Я вздрогнула от голоса, нарушившего тишину.

Взяв поданный мне пинцет с ваткой, смоченной в йоде, быстрым движением смазала обе раны.

Летчик не вскрикнул, не застонал, он только побледнел, сильнее стиснул зубы и крепко сжал руку сестры, державшей фонарь. Фонарь стал быстро опускаться в слабеющей руке. Кто-то подхватил его, кто-то вывел сестру — ей стало дурно. Твердым комком застрял у меня в горле едва удержанный крик.

Наверное, страдания летчика, так остро передавшиеся нам всем, заставили меня устоять на ногах, и повязку — «шапку Гиппократа» — наложила как никогда удачно.

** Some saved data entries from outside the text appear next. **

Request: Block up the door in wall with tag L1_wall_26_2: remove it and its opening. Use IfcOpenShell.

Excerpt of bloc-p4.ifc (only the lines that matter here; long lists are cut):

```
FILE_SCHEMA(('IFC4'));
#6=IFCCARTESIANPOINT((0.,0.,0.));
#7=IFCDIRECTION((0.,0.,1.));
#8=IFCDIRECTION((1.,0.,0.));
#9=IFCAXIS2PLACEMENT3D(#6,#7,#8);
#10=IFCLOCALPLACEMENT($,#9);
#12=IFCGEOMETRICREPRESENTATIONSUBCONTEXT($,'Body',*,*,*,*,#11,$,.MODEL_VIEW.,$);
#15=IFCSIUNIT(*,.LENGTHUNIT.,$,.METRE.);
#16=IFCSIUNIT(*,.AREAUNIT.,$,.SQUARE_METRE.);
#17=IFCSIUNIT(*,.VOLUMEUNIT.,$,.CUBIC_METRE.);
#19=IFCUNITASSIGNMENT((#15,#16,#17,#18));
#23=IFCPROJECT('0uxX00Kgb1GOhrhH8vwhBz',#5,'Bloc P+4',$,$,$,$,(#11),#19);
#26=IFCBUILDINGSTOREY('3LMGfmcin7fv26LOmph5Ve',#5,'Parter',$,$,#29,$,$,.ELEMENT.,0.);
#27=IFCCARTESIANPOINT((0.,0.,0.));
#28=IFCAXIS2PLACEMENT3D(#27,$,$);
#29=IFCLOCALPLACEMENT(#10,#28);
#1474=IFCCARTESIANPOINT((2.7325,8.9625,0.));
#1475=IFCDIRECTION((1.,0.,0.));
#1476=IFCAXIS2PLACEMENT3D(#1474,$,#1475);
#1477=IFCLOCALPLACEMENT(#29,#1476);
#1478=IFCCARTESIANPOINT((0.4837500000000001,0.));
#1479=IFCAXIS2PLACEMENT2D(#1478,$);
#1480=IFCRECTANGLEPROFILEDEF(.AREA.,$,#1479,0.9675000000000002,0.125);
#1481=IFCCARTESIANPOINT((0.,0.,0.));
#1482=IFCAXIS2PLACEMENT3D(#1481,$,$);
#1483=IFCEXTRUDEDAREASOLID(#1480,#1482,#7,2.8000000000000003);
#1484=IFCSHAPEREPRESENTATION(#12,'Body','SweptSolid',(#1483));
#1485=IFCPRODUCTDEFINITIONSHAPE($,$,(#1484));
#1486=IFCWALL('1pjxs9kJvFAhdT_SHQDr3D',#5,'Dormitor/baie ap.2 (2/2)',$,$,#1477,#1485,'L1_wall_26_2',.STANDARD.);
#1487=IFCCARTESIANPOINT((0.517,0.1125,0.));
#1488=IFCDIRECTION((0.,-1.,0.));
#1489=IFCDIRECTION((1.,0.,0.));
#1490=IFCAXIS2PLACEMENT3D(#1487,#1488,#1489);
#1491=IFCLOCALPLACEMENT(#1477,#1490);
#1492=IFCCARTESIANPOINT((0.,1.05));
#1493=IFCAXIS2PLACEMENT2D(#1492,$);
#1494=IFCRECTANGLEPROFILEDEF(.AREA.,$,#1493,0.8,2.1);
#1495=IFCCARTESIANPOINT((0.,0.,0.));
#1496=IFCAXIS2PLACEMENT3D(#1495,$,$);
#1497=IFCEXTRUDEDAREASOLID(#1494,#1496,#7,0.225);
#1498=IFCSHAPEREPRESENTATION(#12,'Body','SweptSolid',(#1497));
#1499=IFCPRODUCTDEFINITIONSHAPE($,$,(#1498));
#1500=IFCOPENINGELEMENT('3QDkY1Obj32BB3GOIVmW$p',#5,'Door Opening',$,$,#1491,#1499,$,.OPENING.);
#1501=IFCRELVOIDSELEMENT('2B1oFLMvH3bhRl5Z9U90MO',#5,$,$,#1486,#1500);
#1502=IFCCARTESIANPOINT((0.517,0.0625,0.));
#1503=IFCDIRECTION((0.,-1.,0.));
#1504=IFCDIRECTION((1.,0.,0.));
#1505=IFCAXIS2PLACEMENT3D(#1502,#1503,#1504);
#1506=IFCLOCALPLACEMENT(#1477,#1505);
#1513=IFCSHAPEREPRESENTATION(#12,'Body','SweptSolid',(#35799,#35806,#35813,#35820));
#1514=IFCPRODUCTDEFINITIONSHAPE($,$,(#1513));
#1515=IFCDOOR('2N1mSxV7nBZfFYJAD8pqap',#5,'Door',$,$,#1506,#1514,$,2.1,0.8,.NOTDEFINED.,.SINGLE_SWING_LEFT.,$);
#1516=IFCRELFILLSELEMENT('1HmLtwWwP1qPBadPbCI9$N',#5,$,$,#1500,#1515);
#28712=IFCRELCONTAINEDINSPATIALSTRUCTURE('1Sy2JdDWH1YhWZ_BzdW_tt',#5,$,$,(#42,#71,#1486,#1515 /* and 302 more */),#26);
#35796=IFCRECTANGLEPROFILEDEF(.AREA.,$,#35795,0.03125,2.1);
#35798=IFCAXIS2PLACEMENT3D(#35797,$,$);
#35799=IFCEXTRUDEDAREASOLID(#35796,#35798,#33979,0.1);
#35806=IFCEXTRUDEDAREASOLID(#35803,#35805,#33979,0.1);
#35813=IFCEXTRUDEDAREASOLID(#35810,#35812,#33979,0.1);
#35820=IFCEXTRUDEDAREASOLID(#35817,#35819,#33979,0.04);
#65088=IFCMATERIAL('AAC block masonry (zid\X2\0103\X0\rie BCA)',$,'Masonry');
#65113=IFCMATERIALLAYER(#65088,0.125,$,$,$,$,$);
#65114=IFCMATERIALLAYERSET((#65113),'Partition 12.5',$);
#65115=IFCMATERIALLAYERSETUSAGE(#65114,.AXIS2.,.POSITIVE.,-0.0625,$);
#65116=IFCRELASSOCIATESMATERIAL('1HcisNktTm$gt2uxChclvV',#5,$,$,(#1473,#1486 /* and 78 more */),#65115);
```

```python
import ifcopenshell
import ifcopenshell.api.feature
import ifcopenshell.api.root
import ifcopenshell.geom
import ifcopenshell.util.shape

model = ifcopenshell.open("bloc-p4.ifc")
settings = ifcopenshell.geom.settings()


def volume(element):
    """Net volume in cubic metres, openings subtracted."""
    shape = ifcopenshell.geom.create_shape(settings, element)
    return ifcopenshell.util.shape.get_volume(shape.geometry)


door = model.by_id(1515)
opening = door.FillsVoids[0].RelatingOpeningElement
wall = opening.VoidsElements[0].RelatingBuildingElement
before = volume(wall)

ifcopenshell.api.root.remove_product(model, product=door)
ifcopenshell.api.feature.remove_feature(model, feature=opening)

after = volume(wall)

print(f"wall volume {before:.3f} -> {after:.3f} m3")

model.write("bloc-p4-out.ifc")
```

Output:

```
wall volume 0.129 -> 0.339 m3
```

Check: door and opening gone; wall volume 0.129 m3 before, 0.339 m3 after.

В эту ночь долго не могла заснуть. В письме к маме рассказала о переполнявших сердце чувствах. Но разве можно было передать их все обычными словами на бумаге?..

Двадцать второго июля на рассвете в нескольких километрах от города Починок наша дивизия вступила в бой. Сначала мы услышали глухие раскаты артиллерийских залпов, затем появились раненые, а вскоре совсем близко начали рваться бомбы. Противник бомбил артиллерийские позиции, но попадал к нам. Мы работали в палатках, и тонкая парусина никак не могла служить защитой от осколков, тем более от бомб. Но раненые удивительно спокойно лежали на перевязочных столах. И мы, «сестрички», старались даже улыбаться им, особенно когда слышались близкие разрывы. Раненые были благодарны нам, а мы им за спокойствие и выдержку, которым они нас учили.

При бомбежке в палатке обычно оставались доктор Покровский, сестра Шура и я. Шура подавала стерильный материал и не могла ни на минуту опустить затянутые в резиновые перчатки руки, чтоб не запачкать их. Она никогда не жаловалась на усталость, а ей-то, пожалуй, было труднее, чем кому-нибудь из нас. Мы постоянно передвигались по перевязочной от раненого к раненому, а Шура, не сходя с отведенного ей места, огромным усилием воли преодолевая полуобморочное состояние, час, другой, третий… восемь… десять часов подряд подавала и подавала то зонд, то ножницы, то перевязочный материал.

После первой же бомбежки я с нескрываемым уважением стала смотреть на эту тихую, застенчивую девушку и крепко привязалась к милому нашему старичку доктору Покровскому.

В палатке на козлах стояли двое носилок. Они заменяли операционные столы. На одном из этих столов лежал раненый. Я снимала с него бинты и подготавливала рану. Потом подходил доктор Покровский и завершал обработку раны, если нужно — делал операцию. Закончив работу и предоставив мне накладывать повязки, доктор уходил ко второму столу, где другая сестра, так же как и я, подготавливала раненого. Потом снова ко мне. И так без конца — от стола к столу, от раненого к раненому… Нельзя было отойти от перевязочного стола буквально ни на шаг. Ни есть, ни спать не хотелось. Можно ли думать об отдыхе, когда ты должен и можешь облегчить страдания раненого, спасти жизнь человека!..

Близкие разрывы вражеских бомб нас не особенно пугали. А длинная пулеметная очередь, неожиданно сбившая листья с деревьев над палаткой, вызвала не страх, а скорее любопытство. Девчата высыпали на полянку: очень интересно было посмотреть, как и кто стреляет.

Нет, не это было сейчас страшно. Куда страшнее вид ран! Как жутко ощущать на своих руках липкую, обильно струящуюся из раны кровь!